(Collected data entries)

---

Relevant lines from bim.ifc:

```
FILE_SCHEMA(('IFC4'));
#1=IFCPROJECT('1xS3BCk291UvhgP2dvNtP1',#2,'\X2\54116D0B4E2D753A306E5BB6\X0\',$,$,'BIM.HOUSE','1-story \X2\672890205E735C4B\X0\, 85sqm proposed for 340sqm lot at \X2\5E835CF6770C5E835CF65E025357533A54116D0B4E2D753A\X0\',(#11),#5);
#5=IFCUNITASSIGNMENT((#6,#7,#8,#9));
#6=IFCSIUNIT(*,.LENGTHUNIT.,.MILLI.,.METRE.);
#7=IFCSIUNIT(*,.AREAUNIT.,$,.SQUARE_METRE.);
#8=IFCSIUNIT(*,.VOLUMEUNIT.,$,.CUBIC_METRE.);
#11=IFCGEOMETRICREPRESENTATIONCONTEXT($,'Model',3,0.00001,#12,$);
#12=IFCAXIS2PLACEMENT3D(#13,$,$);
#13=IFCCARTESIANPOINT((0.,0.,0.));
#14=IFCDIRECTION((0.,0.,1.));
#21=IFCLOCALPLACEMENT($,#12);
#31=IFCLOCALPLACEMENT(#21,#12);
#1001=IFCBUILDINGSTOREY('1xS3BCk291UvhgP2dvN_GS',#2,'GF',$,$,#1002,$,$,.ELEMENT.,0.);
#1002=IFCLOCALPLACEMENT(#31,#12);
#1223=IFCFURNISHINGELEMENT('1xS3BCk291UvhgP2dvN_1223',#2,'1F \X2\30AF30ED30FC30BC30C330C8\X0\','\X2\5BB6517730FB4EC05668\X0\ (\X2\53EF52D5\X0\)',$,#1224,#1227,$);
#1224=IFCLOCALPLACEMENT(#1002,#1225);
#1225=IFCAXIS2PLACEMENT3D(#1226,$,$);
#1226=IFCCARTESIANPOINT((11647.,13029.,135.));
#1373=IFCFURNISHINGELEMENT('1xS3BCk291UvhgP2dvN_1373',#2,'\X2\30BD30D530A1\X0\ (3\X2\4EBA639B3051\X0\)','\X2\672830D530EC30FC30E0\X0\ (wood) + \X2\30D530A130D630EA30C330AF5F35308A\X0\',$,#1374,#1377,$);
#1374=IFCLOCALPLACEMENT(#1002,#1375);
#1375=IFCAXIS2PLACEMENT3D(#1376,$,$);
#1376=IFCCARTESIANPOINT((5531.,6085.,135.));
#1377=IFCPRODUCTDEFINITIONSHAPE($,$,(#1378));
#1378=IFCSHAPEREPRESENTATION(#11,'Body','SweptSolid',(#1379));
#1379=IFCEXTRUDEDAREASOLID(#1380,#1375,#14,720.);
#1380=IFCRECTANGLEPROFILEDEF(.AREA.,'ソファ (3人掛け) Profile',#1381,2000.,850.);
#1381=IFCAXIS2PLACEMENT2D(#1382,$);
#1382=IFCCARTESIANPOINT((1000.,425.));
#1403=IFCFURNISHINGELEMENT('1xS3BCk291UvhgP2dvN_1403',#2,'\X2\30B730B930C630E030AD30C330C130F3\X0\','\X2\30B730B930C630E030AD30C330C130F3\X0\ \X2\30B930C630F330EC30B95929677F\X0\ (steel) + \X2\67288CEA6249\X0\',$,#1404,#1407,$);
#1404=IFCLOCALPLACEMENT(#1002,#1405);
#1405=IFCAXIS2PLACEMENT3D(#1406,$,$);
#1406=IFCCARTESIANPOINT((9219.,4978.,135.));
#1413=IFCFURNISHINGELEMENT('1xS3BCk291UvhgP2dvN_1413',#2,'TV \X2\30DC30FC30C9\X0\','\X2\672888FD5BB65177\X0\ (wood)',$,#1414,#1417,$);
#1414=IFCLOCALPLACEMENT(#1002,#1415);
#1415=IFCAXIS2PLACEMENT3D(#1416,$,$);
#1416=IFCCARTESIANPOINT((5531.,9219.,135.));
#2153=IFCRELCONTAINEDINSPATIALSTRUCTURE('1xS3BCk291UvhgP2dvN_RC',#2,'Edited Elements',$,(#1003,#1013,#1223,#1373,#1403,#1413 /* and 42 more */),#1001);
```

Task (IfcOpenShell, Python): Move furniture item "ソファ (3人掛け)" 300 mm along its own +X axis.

```python
import ifcopenshell
import ifcopenshell.api.geometry
import ifcopenshell.util.placement

model = ifcopenshell.open("bim.ifc")

item = model.by_id(1373)
matrix = ifcopenshell.util.placement.get_local_placement(item.ObjectPlacement)
matrix[:3, 3] += matrix[:3, 0] * 300.0
ifcopenshell.api.geometry.edit_object_placement(model, product=item, matrix=matrix, is_si=False)

print(ifcopenshell.util.placement.get_local_placement(item.ObjectPlacement).round(3) + 0.0)

model.write("bim_rev.ifc")
```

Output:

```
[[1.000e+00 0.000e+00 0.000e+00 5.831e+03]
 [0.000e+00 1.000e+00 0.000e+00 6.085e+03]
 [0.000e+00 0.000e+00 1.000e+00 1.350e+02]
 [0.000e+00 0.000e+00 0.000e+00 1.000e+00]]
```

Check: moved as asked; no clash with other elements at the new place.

---

**REQUIRED WORK:** The word "IFCSIUNIT" appears in some lines of the data. Copy every one of those lines.

**OUTPUT BELOW:**
#6=IFCSIUNIT(*,.LENGTHUNIT.,.MILLI.,.METRE.);
#7=IFCSIUNIT(*,.AREAUNIT.,$,.SQUARE_METRE.);
#8=IFCSIUNIT(*,.VOLUMEUNIT.,$,.CUBIC_METRE.);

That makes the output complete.